David Herman wrote:
Now the cascade:
array.{
pop()
pop()
};
That looks like `with`, it acts like `with`,
No, it doesn't, and it would be really helpful if you would try to
understand why it doesn't.
So the key here is prototype chain vs. scope chain. 'with' extends the
scope chain:
with (array) {
pop()
pop()
};
so the two chains look like this:
Object.prototype <---------------+
^ \
| \
Array.prototype :
^ :
| |
HEAD -> array -- next-outer-scope --> global
where HEAD is the head of the scope chain. The [[Prototype]]-linked
chain points upward, the scope chain left-to-right. Of course there is
no next-outer-scope intrinsic property of array, that would make a
pigeon-hole problem (with (array) (function () { with (array) {...} }),
e.g.)
Cascades do nothing to the scope chain and desugar
array.{
pop()
pop()
};
to
array.pop();
array.pop();
For the example, with pop the method on Array.prototype, of course there
is no difference. Even if a custom 'pop' property were added to just
array, shadowing Array.prototype.pop, no difference.

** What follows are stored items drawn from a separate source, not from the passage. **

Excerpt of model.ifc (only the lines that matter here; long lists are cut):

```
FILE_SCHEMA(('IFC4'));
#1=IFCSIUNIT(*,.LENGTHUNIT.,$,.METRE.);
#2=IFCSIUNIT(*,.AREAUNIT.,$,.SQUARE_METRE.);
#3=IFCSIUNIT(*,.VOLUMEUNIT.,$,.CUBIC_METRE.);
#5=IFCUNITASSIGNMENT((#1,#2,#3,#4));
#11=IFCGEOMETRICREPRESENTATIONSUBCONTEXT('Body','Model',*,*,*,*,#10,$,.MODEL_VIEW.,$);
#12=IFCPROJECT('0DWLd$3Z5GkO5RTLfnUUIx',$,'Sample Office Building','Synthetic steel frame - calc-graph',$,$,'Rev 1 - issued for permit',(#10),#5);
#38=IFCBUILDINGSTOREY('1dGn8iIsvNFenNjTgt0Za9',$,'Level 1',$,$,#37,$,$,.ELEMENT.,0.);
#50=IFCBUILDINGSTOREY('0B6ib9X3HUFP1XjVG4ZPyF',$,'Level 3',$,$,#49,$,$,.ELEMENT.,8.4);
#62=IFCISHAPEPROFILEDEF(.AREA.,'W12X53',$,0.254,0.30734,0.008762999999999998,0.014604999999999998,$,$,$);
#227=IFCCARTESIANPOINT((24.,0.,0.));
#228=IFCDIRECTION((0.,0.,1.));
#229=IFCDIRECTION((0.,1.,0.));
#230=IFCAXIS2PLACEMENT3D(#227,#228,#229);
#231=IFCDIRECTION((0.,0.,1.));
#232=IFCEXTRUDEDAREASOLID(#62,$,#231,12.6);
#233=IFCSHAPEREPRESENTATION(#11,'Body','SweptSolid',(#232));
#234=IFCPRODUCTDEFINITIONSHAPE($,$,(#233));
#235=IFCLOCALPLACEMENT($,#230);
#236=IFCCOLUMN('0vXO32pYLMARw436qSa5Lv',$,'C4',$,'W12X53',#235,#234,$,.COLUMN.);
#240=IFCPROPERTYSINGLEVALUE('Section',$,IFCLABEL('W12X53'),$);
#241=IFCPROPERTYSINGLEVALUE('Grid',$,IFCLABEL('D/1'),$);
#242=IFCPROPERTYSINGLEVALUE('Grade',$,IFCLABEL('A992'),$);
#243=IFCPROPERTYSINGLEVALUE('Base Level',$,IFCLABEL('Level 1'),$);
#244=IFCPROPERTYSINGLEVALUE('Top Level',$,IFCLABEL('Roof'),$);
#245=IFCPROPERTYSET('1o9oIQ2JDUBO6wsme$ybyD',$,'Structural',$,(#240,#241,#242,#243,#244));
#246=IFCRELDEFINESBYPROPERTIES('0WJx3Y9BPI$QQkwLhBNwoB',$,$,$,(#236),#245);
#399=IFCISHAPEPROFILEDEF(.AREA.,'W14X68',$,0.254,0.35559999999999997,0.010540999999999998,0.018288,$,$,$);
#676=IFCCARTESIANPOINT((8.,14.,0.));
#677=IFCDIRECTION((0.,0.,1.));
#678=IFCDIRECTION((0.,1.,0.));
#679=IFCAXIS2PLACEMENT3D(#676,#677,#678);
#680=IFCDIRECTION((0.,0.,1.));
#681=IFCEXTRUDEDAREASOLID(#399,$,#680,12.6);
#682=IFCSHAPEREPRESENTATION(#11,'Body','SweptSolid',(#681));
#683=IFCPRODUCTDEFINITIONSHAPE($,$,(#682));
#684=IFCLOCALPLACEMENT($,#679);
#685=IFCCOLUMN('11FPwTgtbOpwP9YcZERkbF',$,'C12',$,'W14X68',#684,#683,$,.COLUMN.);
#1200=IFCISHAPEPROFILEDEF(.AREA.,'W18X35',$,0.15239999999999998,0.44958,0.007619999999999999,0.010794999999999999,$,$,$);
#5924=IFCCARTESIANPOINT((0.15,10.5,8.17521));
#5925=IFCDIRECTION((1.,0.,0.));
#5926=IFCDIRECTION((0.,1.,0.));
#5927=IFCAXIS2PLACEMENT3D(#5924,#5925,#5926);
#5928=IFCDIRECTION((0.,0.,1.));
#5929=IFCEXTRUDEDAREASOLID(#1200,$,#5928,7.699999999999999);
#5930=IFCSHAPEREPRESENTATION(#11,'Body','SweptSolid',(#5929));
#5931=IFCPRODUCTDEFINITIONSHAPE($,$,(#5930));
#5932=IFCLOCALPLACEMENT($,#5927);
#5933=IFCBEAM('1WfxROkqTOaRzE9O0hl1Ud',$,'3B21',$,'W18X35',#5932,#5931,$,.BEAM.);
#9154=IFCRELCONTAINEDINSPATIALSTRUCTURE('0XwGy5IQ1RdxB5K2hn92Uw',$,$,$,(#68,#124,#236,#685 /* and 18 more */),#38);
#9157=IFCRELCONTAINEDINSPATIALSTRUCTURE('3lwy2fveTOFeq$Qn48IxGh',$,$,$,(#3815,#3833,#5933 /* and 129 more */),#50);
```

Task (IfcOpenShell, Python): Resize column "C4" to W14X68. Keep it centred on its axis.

```python
import ifcopenshell
import ifcopenshell.api.pset
import ifcopenshell.util.element
import ifcopenshell.util.representation

model = ifcopenshell.open("model.ifc")

member = model.by_id(236)
source = next(p for p in model.by_type("IfcIShapeProfileDef") if p.ProfileName == "W14X68")

body = ifcopenshell.util.representation.get_representation(member, "Model", "Body")
solid = body.Items[0]
old_profile = solid.SweptArea

# Copy the section's sizes but keep this member's own profile position.
profile = ifcopenshell.util.element.copy(model, source)
profile.Position = old_profile.Position
solid.SweptArea = profile
if not model.get_total_inverses(old_profile):
    ifcopenshell.util.element.remove_deep2(model, old_profile)
member.ObjectType = member.ObjectType.replace("W12X53", "W14X68")
pset = model.by_id(ifcopenshell.util.element.get_pset(member, "Structural", should_inherit=False)["id"])
ifcopenshell.api.pset.edit_pset(model, pset=pset, properties={"Section": "W14X68"})

print(solid.SweptArea)

model.write("model-out.ifc")
```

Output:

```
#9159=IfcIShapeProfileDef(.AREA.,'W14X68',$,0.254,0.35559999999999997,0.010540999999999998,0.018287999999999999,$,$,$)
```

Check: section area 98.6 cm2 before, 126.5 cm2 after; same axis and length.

But the crucial
difference is when array is not even an array, or there's a typo:
array.{
pop()
flop()
};
Unlike the 'with' case, flop() in the cascade is desugared to
array.flop(), so there's a type error trying to invoke the undefined
value, absent any 'flop'-named property with a callable value in array
itself, or on its prototype chain.
In the 'with' case, a global
var flop = function () { return "haha"; }
assigned before the 'with' will make the equivalent 'with'-based code
compile and run -- but probably not as intended.
This may seem not much of a difference, but it's major not only due to
the typo and array-not-an-Array-instance cases. The scope chain
extension is costly and forces deoptimization in common implementations.
And of course 'with' is banned in strict mode.
Dave, any other differences to spell out?